Since ROCK cannot reuse the environment, it may need to reinstall some dependencies each time a task starts, leading to slower startup times that are dependent on network speed.
# Install ROCK's dependencies
cd ROCK
pip install .
pip install ".[admin]"
# Install ROLL's dependencies
cd ../ROLL
pip install -r requirements_torch260_vllm.txt
# Crucial: Configure ROCK to use uv as its worker environment manager
export ROCK_WORKER_ENV_TYPE=uv
# Launch the training script
bash examples/agentic_demo/run_agentic_pipeline_sokoban_sandbox_single_node.sh
You have now successfully launched the Sokoban reinforcement learning training process. Happy Rock & Roll!
3. Multi-Node Deployment
Instead of running everything on a single machine, you can deploy the ROCK Service and ROLL job on separate machines.
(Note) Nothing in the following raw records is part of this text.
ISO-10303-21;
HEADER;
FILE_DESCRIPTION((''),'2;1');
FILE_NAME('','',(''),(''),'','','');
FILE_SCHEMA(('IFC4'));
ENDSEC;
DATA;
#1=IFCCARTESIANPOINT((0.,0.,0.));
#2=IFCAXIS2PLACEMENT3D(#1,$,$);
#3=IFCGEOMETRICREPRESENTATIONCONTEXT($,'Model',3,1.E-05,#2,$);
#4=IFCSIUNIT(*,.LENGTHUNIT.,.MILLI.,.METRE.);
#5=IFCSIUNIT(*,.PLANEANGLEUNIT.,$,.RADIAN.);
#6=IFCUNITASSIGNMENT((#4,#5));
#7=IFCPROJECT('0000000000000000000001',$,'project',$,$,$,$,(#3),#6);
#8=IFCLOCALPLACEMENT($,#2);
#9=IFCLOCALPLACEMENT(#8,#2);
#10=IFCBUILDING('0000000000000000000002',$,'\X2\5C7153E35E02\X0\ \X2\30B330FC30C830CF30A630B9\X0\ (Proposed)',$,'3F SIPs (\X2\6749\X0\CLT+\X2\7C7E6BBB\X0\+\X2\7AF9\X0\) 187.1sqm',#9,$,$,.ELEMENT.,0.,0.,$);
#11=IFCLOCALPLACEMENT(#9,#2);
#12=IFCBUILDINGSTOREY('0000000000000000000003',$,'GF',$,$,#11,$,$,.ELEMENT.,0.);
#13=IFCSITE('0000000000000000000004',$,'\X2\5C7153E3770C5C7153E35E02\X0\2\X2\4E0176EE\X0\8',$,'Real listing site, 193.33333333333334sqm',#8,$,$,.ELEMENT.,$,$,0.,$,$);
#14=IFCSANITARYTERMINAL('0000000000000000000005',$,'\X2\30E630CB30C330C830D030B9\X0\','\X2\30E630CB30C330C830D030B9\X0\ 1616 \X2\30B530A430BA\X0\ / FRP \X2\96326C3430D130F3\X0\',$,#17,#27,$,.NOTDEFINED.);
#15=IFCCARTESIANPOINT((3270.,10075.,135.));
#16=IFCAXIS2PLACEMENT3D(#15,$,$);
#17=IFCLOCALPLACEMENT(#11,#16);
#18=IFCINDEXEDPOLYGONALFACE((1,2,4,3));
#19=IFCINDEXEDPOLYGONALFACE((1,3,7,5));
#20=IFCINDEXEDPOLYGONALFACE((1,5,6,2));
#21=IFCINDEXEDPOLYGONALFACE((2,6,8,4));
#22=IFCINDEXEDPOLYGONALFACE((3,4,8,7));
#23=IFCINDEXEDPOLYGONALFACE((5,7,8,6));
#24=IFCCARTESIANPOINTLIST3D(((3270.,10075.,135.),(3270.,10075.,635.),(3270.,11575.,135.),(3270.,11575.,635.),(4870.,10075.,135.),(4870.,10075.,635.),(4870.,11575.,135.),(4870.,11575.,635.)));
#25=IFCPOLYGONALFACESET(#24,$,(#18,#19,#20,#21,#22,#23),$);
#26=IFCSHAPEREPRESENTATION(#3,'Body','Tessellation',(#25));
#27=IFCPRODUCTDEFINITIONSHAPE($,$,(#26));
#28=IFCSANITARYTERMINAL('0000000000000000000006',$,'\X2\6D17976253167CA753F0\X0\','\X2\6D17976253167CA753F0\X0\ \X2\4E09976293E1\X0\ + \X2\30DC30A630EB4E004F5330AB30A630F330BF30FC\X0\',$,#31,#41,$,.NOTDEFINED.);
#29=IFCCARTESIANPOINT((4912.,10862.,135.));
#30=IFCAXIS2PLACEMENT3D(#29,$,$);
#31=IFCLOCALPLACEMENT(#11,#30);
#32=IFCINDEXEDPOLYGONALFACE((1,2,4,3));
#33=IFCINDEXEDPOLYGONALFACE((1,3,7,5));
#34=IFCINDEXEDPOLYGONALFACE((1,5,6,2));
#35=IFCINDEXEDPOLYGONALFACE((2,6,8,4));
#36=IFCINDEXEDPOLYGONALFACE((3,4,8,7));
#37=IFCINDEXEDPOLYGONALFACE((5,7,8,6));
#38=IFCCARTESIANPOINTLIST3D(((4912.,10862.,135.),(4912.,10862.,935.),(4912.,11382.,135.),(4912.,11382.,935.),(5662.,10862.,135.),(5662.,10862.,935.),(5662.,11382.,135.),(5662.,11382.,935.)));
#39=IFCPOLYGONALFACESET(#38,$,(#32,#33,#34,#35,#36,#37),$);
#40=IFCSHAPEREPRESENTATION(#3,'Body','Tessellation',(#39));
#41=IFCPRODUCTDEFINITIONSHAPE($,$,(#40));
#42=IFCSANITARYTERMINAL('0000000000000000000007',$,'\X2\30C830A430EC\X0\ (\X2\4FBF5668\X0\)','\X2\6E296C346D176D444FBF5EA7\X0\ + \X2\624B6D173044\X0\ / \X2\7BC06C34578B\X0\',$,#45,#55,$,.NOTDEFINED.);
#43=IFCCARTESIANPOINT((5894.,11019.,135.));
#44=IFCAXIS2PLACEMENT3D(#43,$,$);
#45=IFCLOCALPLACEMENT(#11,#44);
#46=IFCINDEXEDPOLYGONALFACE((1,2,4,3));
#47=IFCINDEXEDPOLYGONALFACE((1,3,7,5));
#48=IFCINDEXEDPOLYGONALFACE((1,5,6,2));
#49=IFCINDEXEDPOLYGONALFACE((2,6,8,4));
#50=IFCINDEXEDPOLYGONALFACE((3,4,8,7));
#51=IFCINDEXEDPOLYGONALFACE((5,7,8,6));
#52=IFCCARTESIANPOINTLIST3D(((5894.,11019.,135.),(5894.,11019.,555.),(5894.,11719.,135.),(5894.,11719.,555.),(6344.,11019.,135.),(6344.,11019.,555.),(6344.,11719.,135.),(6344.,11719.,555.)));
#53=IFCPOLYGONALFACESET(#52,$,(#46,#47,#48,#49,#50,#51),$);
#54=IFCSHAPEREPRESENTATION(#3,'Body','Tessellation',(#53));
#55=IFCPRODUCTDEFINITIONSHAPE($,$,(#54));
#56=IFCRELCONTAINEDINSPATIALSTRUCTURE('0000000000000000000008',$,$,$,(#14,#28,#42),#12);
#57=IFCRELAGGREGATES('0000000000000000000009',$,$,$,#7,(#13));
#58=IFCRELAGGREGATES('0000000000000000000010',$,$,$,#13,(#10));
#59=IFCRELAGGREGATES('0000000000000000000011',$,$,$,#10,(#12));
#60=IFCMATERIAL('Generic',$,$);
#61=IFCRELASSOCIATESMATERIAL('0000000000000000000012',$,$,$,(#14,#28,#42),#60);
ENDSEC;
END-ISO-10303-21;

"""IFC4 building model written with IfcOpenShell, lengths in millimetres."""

from ifc_helpers import new_model, si_unit, frame, frame_2d, origin, place, context, project, spatial, rectangle, extrude, material, element, save


model = new_model("IFC4")

# Units and contexts
model_context = context("Model", 3, precision=1e-05, world=origin())
ifc_project = project(units=[si_unit("LENGTHUNIT", "METRE", prefix="MILLI"), si_unit("PLANEANGLEUNIT", "RADIAN")], contexts=[model_context])

# Site, building, storey
site_placement = place(None, origin())
site = spatial("IfcSite", under=ifc_project, at=site_placement, Name="山口県山口市2丁目8", ObjectType="Real listing site, 193.33333333333334sqm", CompositionType="ELEMENT", RefElevation=0.0)
building_placement = place(site_placement, origin())
building = spatial("IfcBuilding", under=site, at=building_placement, Name="山口市 コートハウス (Proposed)", ObjectType="3F SIPs (杉CLT+籾殻+竹) 187.1sqm", CompositionType="ELEMENT", ElevationOfRefHeight=0.0, ElevationOfTerrain=0.0)
storey_placement = place(building_placement, origin())
storey = spatial("IfcBuildingStorey", under=building, at=storey_placement, Name="GF", CompositionType="ELEMENT", Elevation=0.0)

# Shared definitions
ifc_material_1 = material(Name="Generic")

# Sanitary terminals
sanitary_terminal_1_placement = place(storey_placement, frame((3270.0, 10075.0, 135.0)))
element("IfcSanitaryTerminal", 1, at=sanitary_terminal_1_placement, inside=storey, material=ifc_material_1, Name="ユニットバス", Description="ユニットバス 1616 サイズ / FRP 防水パン", PredefinedType="NOTDEFINED", context=model_context, shape_type="SweptSolid", body=[
    extrude(rectangle(XDim=1600.0, YDim=1500.0, at=frame_2d((800.0, 750.0))), frame((3270.0, 10075.0, 135.0)), (0.0, 0.0, 1.0), 500.0),
])
sanitary_terminal_2_placement = place(storey_placement, frame((4912.0, 10862.0, 135.0)))
element("IfcSanitaryTerminal", 2, at=sanitary_terminal_2_placement, inside=storey, material=ifc_material_1, Name="洗面化粧台", Description="洗面化粧台 三面鏡 + ボウル一体カウンター", PredefinedType="NOTDEFINED", context=model_context, shape_type="SweptSolid", body=[
    extrude(rectangle(XDim=750.0, YDim=520.0, at=frame_2d((375.0, 260.0))), frame((4912.0, 10862.0, 135.0)), (0.0, 0.0, 1.0), 800.0),
])
sanitary_terminal_3_placement = place(storey_placement, frame((5894.0, 11019.0, 135.0)))
element("IfcSanitaryTerminal", 3, at=sanitary_terminal_3_placement, inside=storey, material=ifc_material_1, Name="トイレ (便器)", Description="温水洗浄便座 + 手洗い / 節水型", PredefinedType="NOTDEFINED", context=model_context, shape_type="SweptSolid", body=[
    extrude(rectangle(XDim=450.0, YDim=700.0, at=frame_2d((225.0, 350.0))), frame((5894.0, 11019.0, 135.0)), (0.0, 0.0, 1.0), 420.0),
])

save(model, "model.ifc")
This is a common client-server setup where they communicate over the network.
3.1 Deploy the ROCK Service on Machine A
On a dedicated machine (or container), follow the ROCK Quick Start Guide to deploy and start the ROCK service.
Important
After starting the service, take note of its IP address and port (e.g.,http://192.168.1.10:8000). You will need this address for the subsequent steps.
3.2 Prepare the ROLL Client on Machine B
On the other machine where you will run the training task, perform the following steps.
- Verify Network Connectivity
First, use the curl command to check if you can reach the ROCK service on Machine A from Machine B.
# Replace <ip_address>:<port> with the actual address of your ROCK service
# If successful, you should receive a response like {"message":"hello, ROCK!"}
curl http://<ip_address>:<port>
- Prepare the ROLL Environment
# Clone the ROLL repository
git clone https://github.com/alibaba/ROLL.git
cd ROLL
# Install dependencies
pip install -r requirements_torch260_vllm.txt
- Configure the ROLL Connection Address
Modify ROLL's configuration file to point to the remote ROCK service.
- Open the configuration file: examples/agentic_demo/agentic_val_sokoban_sandbox.yaml.
- Find the "SokobanSandbox" section under "env_config".
- Update the base_url value to your ROCK service's address.
custom_envs:
SokobanSandbox:
env_config:
# Change the address here to your ROCK service's address
# Example: base_url: 'http://192.168.1.10:8000'
base_url: 'http://<ip_address>:<port>'
- Start Training Once configured, you can start the ROLL training script on Machine B.
# This script will now request environments from the ROCK service on Machine A over the network.
bash examples/agentic_demo/run_agentic_pipeline_sokoban_sandbox_multi_nodes.sh
Advanced: Distributed ROLL Training
If you wish to deploy the ROLL training task itself in a distributed manner, you can refer to ROLL's official documentation for distributed deployment.